Exact and Fixed Parameter Tractable Algorithms for Max-Conflict-Free Coloring in Hypergraphs

Abstract

Conflict-free coloring of hypergraphs is a very well studied question of theoretical and practical interest. For a hypergraph H = (U, F), a conflict-free coloring of H refers to a vertex coloring where every hyperedge has a vertex with a unique color, distinct from all other vertices in the hyperedge. In this paper, we initiate a study of a natural maximization version of this problem, namely, Max-CFC: For a given hypergraph H and a fixed r ≥ 2, color the vertices of U using r colors so that the number of hyperedges that are conflict-free colored is maximized. By previously known hardness results for conflict-free coloring, this maximization version is NP-hard. We study this problem in the context of both exact and parameterized algorithms. In the parameterized setting, we study this problem with respect to a natural parameter—the solution size.
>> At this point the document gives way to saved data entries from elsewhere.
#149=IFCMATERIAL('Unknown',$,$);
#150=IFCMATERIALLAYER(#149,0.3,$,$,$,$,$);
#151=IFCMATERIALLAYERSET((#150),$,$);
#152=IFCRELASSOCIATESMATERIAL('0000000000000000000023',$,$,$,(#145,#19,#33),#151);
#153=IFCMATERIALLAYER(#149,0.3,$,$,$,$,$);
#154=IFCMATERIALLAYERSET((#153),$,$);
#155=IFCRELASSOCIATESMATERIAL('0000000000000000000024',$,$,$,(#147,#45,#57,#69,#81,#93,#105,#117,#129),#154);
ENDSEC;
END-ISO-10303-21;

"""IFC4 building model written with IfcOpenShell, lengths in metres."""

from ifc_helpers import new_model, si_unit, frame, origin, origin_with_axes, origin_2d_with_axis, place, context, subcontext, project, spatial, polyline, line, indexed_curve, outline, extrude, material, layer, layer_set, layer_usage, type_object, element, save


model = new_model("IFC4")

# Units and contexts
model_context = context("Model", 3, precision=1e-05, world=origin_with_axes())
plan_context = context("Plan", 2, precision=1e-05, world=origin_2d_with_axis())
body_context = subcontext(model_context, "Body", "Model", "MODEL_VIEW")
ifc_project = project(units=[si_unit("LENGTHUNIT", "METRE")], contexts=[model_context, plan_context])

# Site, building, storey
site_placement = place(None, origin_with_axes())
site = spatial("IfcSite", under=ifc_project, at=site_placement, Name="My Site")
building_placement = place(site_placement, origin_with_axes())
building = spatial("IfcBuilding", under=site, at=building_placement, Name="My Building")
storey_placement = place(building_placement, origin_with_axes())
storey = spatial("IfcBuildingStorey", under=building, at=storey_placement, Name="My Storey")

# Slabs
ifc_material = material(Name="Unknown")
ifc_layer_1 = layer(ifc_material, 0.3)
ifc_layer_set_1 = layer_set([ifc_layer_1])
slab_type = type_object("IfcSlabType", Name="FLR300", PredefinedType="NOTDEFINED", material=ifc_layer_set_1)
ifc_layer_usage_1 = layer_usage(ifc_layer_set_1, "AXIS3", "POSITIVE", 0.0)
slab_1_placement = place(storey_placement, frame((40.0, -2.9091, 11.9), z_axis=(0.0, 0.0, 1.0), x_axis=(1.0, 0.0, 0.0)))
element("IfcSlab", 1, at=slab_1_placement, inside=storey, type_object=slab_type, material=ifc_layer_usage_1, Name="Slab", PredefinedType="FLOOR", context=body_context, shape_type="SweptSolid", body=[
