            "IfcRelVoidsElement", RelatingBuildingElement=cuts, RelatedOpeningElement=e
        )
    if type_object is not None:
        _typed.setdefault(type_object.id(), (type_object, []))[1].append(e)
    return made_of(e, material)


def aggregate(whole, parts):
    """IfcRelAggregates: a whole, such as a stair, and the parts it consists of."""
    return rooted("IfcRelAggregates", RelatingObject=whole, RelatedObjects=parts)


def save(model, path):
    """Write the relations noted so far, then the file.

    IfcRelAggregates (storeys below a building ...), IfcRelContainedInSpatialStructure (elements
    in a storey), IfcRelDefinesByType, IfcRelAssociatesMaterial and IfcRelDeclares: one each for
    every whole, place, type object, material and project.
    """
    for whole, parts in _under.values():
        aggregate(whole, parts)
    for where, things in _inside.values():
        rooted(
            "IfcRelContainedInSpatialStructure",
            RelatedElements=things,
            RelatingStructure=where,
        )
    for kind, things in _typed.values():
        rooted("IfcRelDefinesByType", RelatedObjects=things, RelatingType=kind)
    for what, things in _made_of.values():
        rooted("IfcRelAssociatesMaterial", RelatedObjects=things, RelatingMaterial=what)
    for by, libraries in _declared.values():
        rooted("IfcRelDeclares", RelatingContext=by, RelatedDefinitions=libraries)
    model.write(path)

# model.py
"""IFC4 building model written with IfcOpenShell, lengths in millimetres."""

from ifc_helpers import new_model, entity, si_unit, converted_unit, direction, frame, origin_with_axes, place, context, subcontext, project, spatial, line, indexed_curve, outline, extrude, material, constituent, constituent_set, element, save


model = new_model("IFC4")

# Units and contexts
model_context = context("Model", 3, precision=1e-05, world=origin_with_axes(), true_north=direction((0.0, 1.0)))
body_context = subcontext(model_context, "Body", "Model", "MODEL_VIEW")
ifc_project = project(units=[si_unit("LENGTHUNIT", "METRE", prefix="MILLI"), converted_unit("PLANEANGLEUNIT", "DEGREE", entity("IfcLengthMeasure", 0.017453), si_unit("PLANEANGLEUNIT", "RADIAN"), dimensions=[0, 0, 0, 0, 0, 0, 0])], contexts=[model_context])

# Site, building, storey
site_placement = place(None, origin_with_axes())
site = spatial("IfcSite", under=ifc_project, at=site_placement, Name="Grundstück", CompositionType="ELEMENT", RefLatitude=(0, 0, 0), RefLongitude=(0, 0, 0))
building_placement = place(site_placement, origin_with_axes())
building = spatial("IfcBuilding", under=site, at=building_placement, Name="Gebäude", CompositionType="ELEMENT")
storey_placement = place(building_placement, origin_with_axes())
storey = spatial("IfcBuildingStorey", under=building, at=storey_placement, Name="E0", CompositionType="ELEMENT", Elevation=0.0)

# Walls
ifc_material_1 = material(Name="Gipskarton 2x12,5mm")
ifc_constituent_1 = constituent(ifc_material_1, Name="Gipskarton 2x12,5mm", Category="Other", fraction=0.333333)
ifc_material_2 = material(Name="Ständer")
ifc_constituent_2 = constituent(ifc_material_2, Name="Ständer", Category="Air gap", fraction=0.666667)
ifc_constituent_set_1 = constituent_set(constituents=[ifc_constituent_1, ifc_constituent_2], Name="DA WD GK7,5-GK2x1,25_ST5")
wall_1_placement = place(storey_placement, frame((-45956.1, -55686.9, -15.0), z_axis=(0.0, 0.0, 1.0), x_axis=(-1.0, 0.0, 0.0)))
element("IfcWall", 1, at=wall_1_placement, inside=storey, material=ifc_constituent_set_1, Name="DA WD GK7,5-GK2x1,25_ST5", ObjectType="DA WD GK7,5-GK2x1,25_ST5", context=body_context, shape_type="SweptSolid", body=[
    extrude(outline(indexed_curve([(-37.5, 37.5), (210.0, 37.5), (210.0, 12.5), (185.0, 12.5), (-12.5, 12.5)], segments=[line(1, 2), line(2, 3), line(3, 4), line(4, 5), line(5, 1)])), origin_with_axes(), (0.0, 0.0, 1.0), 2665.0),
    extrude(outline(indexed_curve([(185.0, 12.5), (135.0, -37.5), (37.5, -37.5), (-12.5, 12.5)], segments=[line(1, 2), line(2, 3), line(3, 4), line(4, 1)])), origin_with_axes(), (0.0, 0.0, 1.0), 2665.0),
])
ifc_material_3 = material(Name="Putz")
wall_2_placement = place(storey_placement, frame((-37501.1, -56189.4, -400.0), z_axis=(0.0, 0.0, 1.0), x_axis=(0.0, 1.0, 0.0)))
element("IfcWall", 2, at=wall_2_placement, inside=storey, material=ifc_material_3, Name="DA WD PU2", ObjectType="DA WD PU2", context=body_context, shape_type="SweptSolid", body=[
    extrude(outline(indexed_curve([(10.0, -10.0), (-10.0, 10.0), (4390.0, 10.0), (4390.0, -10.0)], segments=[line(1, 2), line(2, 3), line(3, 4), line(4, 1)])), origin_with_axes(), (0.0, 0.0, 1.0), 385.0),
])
In particular, the question we study is the following: p-CFC: For a given hypergraph, can we conflict-free color at least k hyperedges with at most r colors, the parameter being the solution size k. We show that this problem is fixed parameter tractable by designing an algorithm with running time 2O(k log log k+k log r⁾(n + m)O⁽¹⁾ using a novel connection to the Unique Coverage problem and applying the method of color coding in a nontrivial manner. For the special case for hypergraphs induced by graph neighborhoods we give a polynomial kernel. Finally, we give an exact algorithm for Max-CFC running in O(2ⁿ+m) time. All our algorithms, with minor modifications, work for a stronger version of conflict-free coloring, Unique Maximum Coloring.